EXERCISE DATA:

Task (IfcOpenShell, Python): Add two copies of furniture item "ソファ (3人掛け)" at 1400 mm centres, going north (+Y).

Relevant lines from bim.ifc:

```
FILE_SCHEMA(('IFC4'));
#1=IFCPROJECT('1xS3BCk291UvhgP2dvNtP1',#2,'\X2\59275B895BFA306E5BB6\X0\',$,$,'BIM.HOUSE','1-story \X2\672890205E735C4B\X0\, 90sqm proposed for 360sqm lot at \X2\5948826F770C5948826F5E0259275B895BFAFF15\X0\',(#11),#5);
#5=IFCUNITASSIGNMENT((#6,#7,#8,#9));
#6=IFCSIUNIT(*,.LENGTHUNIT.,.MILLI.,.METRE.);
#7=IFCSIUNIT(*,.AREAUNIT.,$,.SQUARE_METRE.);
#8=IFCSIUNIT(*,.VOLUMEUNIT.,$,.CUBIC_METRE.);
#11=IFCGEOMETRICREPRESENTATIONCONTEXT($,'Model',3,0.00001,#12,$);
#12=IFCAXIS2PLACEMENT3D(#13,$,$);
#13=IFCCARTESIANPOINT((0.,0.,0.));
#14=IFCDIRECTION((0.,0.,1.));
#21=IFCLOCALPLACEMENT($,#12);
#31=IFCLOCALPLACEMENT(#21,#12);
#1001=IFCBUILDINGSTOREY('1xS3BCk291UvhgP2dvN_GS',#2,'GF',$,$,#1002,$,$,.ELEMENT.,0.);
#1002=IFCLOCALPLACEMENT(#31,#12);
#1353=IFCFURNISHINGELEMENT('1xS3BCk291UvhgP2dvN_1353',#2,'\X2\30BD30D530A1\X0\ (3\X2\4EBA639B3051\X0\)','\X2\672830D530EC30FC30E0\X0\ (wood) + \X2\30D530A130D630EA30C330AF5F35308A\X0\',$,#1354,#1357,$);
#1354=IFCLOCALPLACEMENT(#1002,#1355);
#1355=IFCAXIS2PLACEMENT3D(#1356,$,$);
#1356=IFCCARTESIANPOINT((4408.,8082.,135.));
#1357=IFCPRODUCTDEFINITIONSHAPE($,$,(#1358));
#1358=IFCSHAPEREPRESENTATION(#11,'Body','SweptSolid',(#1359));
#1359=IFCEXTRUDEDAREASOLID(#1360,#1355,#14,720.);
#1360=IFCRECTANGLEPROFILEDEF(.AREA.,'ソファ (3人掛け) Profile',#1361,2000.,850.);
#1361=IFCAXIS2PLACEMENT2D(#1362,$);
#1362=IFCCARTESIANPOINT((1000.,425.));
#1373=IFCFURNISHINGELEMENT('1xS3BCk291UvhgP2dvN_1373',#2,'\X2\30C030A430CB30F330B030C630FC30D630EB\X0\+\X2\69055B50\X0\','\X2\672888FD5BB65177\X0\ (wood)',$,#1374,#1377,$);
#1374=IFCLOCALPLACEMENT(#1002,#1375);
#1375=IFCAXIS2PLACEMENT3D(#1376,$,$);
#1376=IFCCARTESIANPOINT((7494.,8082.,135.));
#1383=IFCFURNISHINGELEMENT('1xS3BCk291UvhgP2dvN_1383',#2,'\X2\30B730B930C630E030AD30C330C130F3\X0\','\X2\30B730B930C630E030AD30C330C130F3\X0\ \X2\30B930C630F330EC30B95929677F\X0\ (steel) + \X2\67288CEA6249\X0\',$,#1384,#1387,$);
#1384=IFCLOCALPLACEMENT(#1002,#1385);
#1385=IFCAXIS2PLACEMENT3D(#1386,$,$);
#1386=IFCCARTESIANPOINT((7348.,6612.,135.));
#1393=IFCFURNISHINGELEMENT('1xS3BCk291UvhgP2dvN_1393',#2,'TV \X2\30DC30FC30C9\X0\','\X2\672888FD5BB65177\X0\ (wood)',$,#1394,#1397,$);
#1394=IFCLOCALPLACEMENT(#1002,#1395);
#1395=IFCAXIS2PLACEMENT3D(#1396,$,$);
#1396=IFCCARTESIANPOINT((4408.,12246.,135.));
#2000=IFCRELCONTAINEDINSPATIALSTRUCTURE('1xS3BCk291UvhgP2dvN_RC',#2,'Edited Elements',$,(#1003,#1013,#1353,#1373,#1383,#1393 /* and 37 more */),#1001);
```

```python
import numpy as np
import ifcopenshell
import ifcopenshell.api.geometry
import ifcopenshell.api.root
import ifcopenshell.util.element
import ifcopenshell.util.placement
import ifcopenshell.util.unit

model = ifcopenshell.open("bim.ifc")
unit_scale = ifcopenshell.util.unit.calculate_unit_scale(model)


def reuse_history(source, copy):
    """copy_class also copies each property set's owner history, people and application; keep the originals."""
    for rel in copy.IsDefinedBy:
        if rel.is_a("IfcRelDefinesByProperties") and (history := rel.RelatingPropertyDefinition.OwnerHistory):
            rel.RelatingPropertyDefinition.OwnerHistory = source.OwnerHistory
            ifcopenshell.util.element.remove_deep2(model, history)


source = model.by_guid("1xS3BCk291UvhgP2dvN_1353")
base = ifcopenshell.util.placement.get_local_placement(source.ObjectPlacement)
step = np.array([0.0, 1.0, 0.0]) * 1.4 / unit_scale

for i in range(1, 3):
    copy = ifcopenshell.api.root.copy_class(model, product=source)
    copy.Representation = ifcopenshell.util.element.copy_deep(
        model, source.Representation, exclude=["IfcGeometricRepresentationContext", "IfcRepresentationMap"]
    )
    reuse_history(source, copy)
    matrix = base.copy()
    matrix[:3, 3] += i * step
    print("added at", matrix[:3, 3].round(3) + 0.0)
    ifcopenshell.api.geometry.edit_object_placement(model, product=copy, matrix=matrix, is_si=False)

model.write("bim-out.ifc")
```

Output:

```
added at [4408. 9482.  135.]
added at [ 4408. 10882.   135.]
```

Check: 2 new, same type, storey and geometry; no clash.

EXERCISE REQUIREMENTS: The full set of entries should be copied out exactly as given.

OUTPUT:
Task (IfcOpenShell, Python): Add two copies of furniture item "ソファ (3人掛け)" at 1400 mm centres, going north (+Y).

Relevant lines from bim.ifc:

```
FILE_SCHEMA(('IFC4'));
#1=IFCPROJECT('1xS3BCk291UvhgP2dvNtP1',#2,'\X2\59275B895BFA306E5BB6\X0\',$,$,'BIM.HOUSE','1-story \X2\672890205E735C4B\X0\, 90sqm proposed for 360sqm lot at \X2\5948826F770C5948826F5E0259275B895BFAFF15\X0\',(#11),#5);
#5=IFCUNITASSIGNMENT((#6,#7,#8,#9));
#6=IFCSIUNIT(*,.LENGTHUNIT.,.MILLI.,.METRE.);
#7=IFCSIUNIT(*,.AREAUNIT.,$,.SQUARE_METRE.);
#8=IFCSIUNIT(*,.VOLUMEUNIT.,$,.CUBIC_METRE.);
#11=IFCGEOMETRICREPRESENTATIONCONTEXT($,'Model',3,0.00001,#12,$);
#12=IFCAXIS2PLACEMENT3D(#13,$,$);
#13=IFCCARTESIANPOINT((0.,0.,0.));
#14=IFCDIRECTION((0.,0.,1.));
#21=IFCLOCALPLACEMENT($,#12);
#31=IFCLOCALPLACEMENT(#21,#12);
#1001=IFCBUILDINGSTOREY('1xS3BCk291UvhgP2dvN_GS',#2,'GF',$,$,#1002,$,$,.ELEMENT.,0.);
#1002=IFCLOCALPLACEMENT(#31,#12);
#1353=IFCFURNISHINGELEMENT('1xS3BCk291UvhgP2dvN_1353',#2,'\X2\30BD30D530A1\X0\ (3\X2\4EBA639B3051\X0\)','\X2\672830D530EC30FC30E0\X0\ (wood) + \X2\30D530A130D630EA30C330AF5F35308A\X0\',$,#1354,#1357,$);
#1354=IFCLOCALPLACEMENT(#1002,#1355);
#1355=IFCAXIS2PLACEMENT3D(#1356,$,$);
#1356=IFCCARTESIANPOINT((4408.,8082.,135.));
#1357=IFCPRODUCTDEFINITIONSHAPE($,$,(#1358));
#1358=IFCSHAPEREPRESENTATION(#11,'Body','SweptSolid',(#1359));
#1359=IFCEXTRUDEDAREASOLID(#1360,#1355,#14,720.);
#1360=IFCRECTANGLEPROFILEDEF(.AREA.,'ソファ (3人掛け) Profile',#1361,2000.,850.);
#1361=IFCAXIS2PLACEMENT2D(#1362,$);
#1362=IFCCARTESIANPOINT((1000.,425.));
#1373=IFCFURNISHINGELEMENT('1xS3BCk291UvhgP2dvN_1373',#2,'\X2\30C030A430CB30F330B030C630FC30D630EB\X0\+\X2\69055B50\X0\','\X2\672888FD5BB65177\X0\ (wood)',$,#1374,#1377,$);
#1374=IFCLOCALPLACEMENT(#1002,#1375);
#1375=IFCAXIS2PLACEMENT3D(#1376,$,$);
#1376=IFCCARTESIANPOINT((7494.,8082.,135.));
#1383=IFCFURNISHINGELEMENT('1xS3BCk291UvhgP2dvN_1383',#2,'\X2\30B730B930C630E030AD30C330C130F3\X0\','\X2\30B730B930C630E030AD30C330C130F3\X0\ \X2\30B930C630F330EC30B95929677F\X0\ (steel) + \X2\67288CEA6249\X0\',$,#1384,#1387,$);
#1384=IFCLOCALPLACEMENT(#1002,#1385);
#1385=IFCAXIS2PLACEMENT3D(#1386,$,$);
#1386=IFCCARTESIANPOINT((7348.,6612.,135.));
#1393=IFCFURNISHINGELEMENT('1xS3BCk291UvhgP2dvN_1393',#2,'TV \X2\30DC30FC30C9\X0\','\X2\672888FD5BB65177\X0\ (wood)',$,#1394,#1397,$);
#1394=IFCLOCALPLACEMENT(#1002,#1395);
#1395=IFCAXIS2PLACEMENT3D(#1396,$,$);
#1396=IFCCARTESIANPOINT((4408.,12246.,135.));
#2000=IFCRELCONTAINEDINSPATIALSTRUCTURE('1xS3BCk291UvhgP2dvN_RC',#2,'Edited Elements',$,(#1003,#1013,#1353,#1373,#1383,#1393 /* and 37 more */),#1001);
```

```python
import numpy as np
import ifcopenshell
import ifcopenshell.api.geometry
import ifcopenshell.api.root
import ifcopenshell.util.element
import ifcopenshell.util.placement
import ifcopenshell.util.unit

model = ifcopenshell.open("bim.ifc")
unit_scale = ifcopenshell.util.unit.calculate_unit_scale(model)


def reuse_history(source, copy):
    """copy_class also copies each property set's owner history, people and application; keep the originals."""
    for rel in copy.IsDefinedBy:
        if rel.is_a("IfcRelDefinesByProperties") and (history := rel.RelatingPropertyDefinition.OwnerHistory):
            rel.RelatingPropertyDefinition.OwnerHistory = source.OwnerHistory
            ifcopenshell.util.element.remove_deep2(model, history)


source = model.by_guid("1xS3BCk291UvhgP2dvN_1353")
base = ifcopenshell.util.placement.get_local_placement(source.ObjectPlacement)
step = np.array([0.0, 1.0, 0.0]) * 1.4 / unit_scale

for i in range(1, 3):
    copy = ifcopenshell.api.root.copy_class(model, product=source)
    copy.Representation = ifcopenshell.util.element.copy_deep(
        model, source.Representation, exclude=["IfcGeometricRepresentationContext", "IfcRepresentationMap"]
    )
    reuse_history(source, copy)
    matrix = base.copy()
    matrix[:3, 3] += i * step
    print("added at", matrix[:3, 3].round(3) + 0.0)
    ifcopenshell.api.geometry.edit_object_placement(model, product=copy, matrix=matrix, is_si=False)

model.write("bim-out.ifc")
```

Output:

```
added at [4408. 9482.  135.]
added at [ 4408. 10882.   135.]
```

Check: 2 new, same type, storey and geometry; no clash.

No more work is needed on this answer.